Joyce Babu
Joyce Babu

Reputation: 20674

Equality of a floating point variable initialised to zero in C

I understand that equality operation should not be performed on floating point numbers due to the way the value is stored, and instead a threshold comparison should be performed. But is it safe to use equality when the value is set to a constant value, say 0?

void test() {
   double max = 0.0;

   do {
       if (condition) {
           if (max != 0.0) { // Is this safe
               // myval is always a large positive number
               max = min(myval, max);
           } else {
               max = myval;
           }
       }
   } while (my_condition);

   return myval;
}

I can see several similar questions on StackOverflow.
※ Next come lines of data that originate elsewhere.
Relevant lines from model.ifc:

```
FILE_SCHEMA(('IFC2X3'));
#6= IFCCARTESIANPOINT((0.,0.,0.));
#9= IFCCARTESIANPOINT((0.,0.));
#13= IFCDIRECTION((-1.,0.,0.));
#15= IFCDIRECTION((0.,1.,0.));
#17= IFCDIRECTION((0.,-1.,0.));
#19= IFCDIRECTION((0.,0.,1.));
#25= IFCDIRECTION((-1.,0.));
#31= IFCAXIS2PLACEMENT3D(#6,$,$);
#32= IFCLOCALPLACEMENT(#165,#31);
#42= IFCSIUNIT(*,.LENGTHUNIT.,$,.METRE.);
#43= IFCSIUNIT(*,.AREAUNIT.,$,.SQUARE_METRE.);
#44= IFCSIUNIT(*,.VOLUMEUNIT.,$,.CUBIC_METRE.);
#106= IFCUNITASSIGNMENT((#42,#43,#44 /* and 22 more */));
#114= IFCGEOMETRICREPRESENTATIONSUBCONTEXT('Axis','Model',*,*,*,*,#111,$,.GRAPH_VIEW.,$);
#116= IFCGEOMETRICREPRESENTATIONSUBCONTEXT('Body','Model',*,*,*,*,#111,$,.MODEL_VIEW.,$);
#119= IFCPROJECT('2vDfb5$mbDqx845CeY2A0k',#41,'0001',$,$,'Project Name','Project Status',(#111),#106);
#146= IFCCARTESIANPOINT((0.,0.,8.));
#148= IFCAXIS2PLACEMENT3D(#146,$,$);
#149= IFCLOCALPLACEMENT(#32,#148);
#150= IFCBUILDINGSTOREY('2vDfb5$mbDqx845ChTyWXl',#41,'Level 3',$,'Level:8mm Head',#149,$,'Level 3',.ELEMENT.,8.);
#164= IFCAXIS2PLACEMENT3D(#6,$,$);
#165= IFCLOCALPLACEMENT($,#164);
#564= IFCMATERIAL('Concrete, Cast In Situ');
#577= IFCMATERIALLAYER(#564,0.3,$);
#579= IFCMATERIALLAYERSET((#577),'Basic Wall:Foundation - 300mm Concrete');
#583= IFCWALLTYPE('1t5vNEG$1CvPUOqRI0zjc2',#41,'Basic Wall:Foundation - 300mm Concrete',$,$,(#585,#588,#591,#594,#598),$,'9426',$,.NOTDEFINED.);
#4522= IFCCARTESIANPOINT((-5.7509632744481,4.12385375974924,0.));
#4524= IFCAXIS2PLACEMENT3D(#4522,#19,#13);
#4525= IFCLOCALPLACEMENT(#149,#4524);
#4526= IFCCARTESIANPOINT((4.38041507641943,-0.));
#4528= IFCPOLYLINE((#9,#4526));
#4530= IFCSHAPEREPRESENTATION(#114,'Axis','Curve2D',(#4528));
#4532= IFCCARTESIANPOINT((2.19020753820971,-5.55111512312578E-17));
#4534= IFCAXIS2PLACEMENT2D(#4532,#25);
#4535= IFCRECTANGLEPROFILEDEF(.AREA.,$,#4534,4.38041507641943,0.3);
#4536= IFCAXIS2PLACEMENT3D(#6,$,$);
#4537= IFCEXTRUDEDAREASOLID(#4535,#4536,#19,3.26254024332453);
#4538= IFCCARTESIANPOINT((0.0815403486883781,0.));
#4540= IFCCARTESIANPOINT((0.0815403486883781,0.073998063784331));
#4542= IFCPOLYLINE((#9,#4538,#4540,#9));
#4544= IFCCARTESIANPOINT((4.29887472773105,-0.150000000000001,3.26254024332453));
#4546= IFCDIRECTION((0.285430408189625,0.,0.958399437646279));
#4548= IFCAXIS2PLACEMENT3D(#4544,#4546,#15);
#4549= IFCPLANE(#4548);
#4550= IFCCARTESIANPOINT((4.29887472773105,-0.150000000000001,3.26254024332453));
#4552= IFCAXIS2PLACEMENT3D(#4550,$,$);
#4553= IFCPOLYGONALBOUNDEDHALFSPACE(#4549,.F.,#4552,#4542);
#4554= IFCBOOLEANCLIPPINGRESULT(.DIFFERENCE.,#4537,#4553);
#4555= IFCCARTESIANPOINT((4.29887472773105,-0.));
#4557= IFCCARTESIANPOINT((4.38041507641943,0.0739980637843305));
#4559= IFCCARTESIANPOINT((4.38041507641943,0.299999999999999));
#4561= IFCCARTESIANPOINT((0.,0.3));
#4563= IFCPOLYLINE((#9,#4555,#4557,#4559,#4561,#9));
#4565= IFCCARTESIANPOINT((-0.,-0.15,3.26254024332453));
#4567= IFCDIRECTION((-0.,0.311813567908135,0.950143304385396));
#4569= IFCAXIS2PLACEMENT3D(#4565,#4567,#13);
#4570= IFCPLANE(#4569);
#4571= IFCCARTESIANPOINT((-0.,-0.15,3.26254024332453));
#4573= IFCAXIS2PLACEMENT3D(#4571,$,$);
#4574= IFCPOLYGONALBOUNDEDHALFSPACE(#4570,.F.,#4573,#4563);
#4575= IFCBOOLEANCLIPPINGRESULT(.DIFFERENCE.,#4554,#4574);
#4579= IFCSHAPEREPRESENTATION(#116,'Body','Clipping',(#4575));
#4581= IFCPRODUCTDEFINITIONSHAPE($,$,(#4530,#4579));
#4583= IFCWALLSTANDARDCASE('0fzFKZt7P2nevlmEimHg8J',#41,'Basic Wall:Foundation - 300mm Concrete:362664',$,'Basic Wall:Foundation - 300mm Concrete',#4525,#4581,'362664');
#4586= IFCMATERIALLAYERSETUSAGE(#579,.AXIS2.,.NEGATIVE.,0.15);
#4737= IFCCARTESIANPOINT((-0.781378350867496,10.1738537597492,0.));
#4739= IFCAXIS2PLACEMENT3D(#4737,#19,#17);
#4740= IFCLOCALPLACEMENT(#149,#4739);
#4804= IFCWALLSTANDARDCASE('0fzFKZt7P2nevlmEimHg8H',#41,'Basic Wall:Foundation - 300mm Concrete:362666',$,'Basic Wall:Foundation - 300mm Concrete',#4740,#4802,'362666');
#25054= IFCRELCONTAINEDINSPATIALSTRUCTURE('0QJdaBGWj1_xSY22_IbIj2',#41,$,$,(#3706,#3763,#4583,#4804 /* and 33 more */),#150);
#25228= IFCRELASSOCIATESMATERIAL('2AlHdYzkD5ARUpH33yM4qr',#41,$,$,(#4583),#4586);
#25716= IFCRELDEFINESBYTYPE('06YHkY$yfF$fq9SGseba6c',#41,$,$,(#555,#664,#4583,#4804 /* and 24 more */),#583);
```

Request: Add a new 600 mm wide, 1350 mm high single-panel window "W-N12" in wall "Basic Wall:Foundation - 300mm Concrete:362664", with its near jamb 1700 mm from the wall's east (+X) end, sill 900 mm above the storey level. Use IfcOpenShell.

```python
import numpy as np
import ifcopenshell
import ifcopenshell.api.feature
import ifcopenshell.api.geometry
import ifcopenshell.api.root
import ifcopenshell.api.spatial
import ifcopenshell.api.type
import ifcopenshell.geom
import ifcopenshell.util.element
import ifcopenshell.util.placement
import ifcopenshell.util.representation
import ifcopenshell.util.shape
import ifcopenshell.util.unit

model = ifcopenshell.open("model.ifc")
unit_scale = ifcopenshell.util.unit.calculate_unit_scale(model)
settings = ifcopenshell.geom.settings()


def volume(element):
    """Net volume in cubic metres, openings subtracted."""
    shape = ifcopenshell.geom.create_shape(settings, element)
    return ifcopenshell.util.shape.get_volume(shape.geometry)


wall = model.by_guid("0fzFKZt7P2nevlmEimHg8J")
storey = ifcopenshell.util.element.get_container(wall, ifc_class="IfcBuildingStorey")
context = ifcopenshell.util.representation.get_context(model, "Model", "Body", "MODEL_VIEW")
before = volume(wall)

width, height, from_end, sill = 0.6, 1.35, 1.7, 0.9  # metres

# The wall runs along its own X axis, and the end named is its -X end.
wall_shape = ifcopenshell.geom.create_shape(settings, wall)
x, y, z = ifcopenshell.util.shape.get_vertices(wall_shape.geometry).T
start = x.min() + from_end
face, thickness = float(y.min()), float(y.max() - y.min())
wall_matrix = ifcopenshell.util.placement.get_local_placement(wall.ObjectPlacement)
level = ifcopenshell.util.placement.get_local_placement(storey.ObjectPlacement)[2, 3]


def in_wall(x, y):
    """Placement at x, y metres in the wall's axes, at sill height."""
    matrix = wall_matrix.copy()
    matrix[:, 3] = wall_matrix @ np.array([x / unit_scale, y / unit_scale, 0.0, 1.0])
    matrix[2, 3] = level + sill / unit_scale
    return matrix


# Opening: a box that overshoots both wall faces by 50 mm.
opening = ifcopenshell.api.root.create_entity(model, ifc_class="IfcOpeningElement")
box = ifcopenshell.api.geometry.add_wall_representation(
    model, context=context, length=width, height=height, thickness=thickness + 0.1
)
ifcopenshell.api.geometry.assign_representation(model, product=opening, representation=box)
ifcopenshell.api.geometry.edit_object_placement(model, product=opening, matrix=in_wall(start, face - 0.05), is_si=False)
ifcopenshell.api.feature.add_feature(model, feature=opening, element=wall)

window = ifcopenshell.api.root.create_entity(model, ifc_class="IfcWindow", name="W-N12")
window.OverallWidth, window.OverallHeight = width / unit_scale, height / unit_scale
body = ifcopenshell.api.geometry.add_window_representation(
    model,
    context=context,
    overall_width=window.OverallWidth,
    overall_height=window.OverallHeight,
    partition_type="SINGLE_PANEL",
)
ifcopenshell.api.geometry.assign_representation(model, product=window, representation=body)
ifcopenshell.api.spatial.assign_container(model, products=[window], relating_structure=storey)
fills = ifcopenshell.api.feature.add_filling(model, opening=opening, element=window)
fills.OwnerHistory = window.OwnerHistory  # required in IFC2X3

# IFC2X3 keeps the operation on the window style.
style = ifcopenshell.api.root.create_entity(model, ifc_class="IfcWindowStyle", name="W-N12")
style.OperationType, style.ConstructionType = "SINGLE_PANEL", "NOTDEFINED"
style.ParameterTakesPrecedence = style.Sizeable = False
ifcopenshell.api.type.assign_type(model, related_objects=[window], relating_type=style)

# Centre the window in the wall's thickness.
ifcopenshell.api.geometry.edit_object_placement(model, product=window, matrix=in_wall(start, face), is_si=False)
window_shape = ifcopenshell.geom.create_shape(settings, window)
depth = ifcopenshell.util.shape.get_vertices(window_shape.geometry)[:, 1]
offset = face + thickness / 2 - (depth.min() + depth.max()) / 2
ifcopenshell.api.geometry.edit_object_placement(model, product=window, matrix=in_wall(start, offset), is_si=False)

after = volume(wall)

print(f"wall volume {before:.3f} -> {after:.3f} m3")

model.write("model-out.ifc")
```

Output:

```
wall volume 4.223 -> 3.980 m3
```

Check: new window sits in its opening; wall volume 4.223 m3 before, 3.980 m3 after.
But my question is specific to a variable assigned the constant zero (not the result of an operation).

Upvotes: 0

Views: 89

Answers (2)

juanchopanza
juanchopanza

Reputation: 227458

0.0 has an exact representation in IEEE-754, so if two variables are set to 0.0 their comparison should always yield true. But if in your code max is really always 0.0, you might as well remove the if block because it would never execute.

Upvotes: 2

ouah
ouah

Reputation: 145879

Assuming you are using IEEE-754 binary formats, yes it is safe as 0.0 can be represented exactly in IEEE-754. There is exactly one representation for +0 in binary formats (and one for -0 and note also that+0 = -0).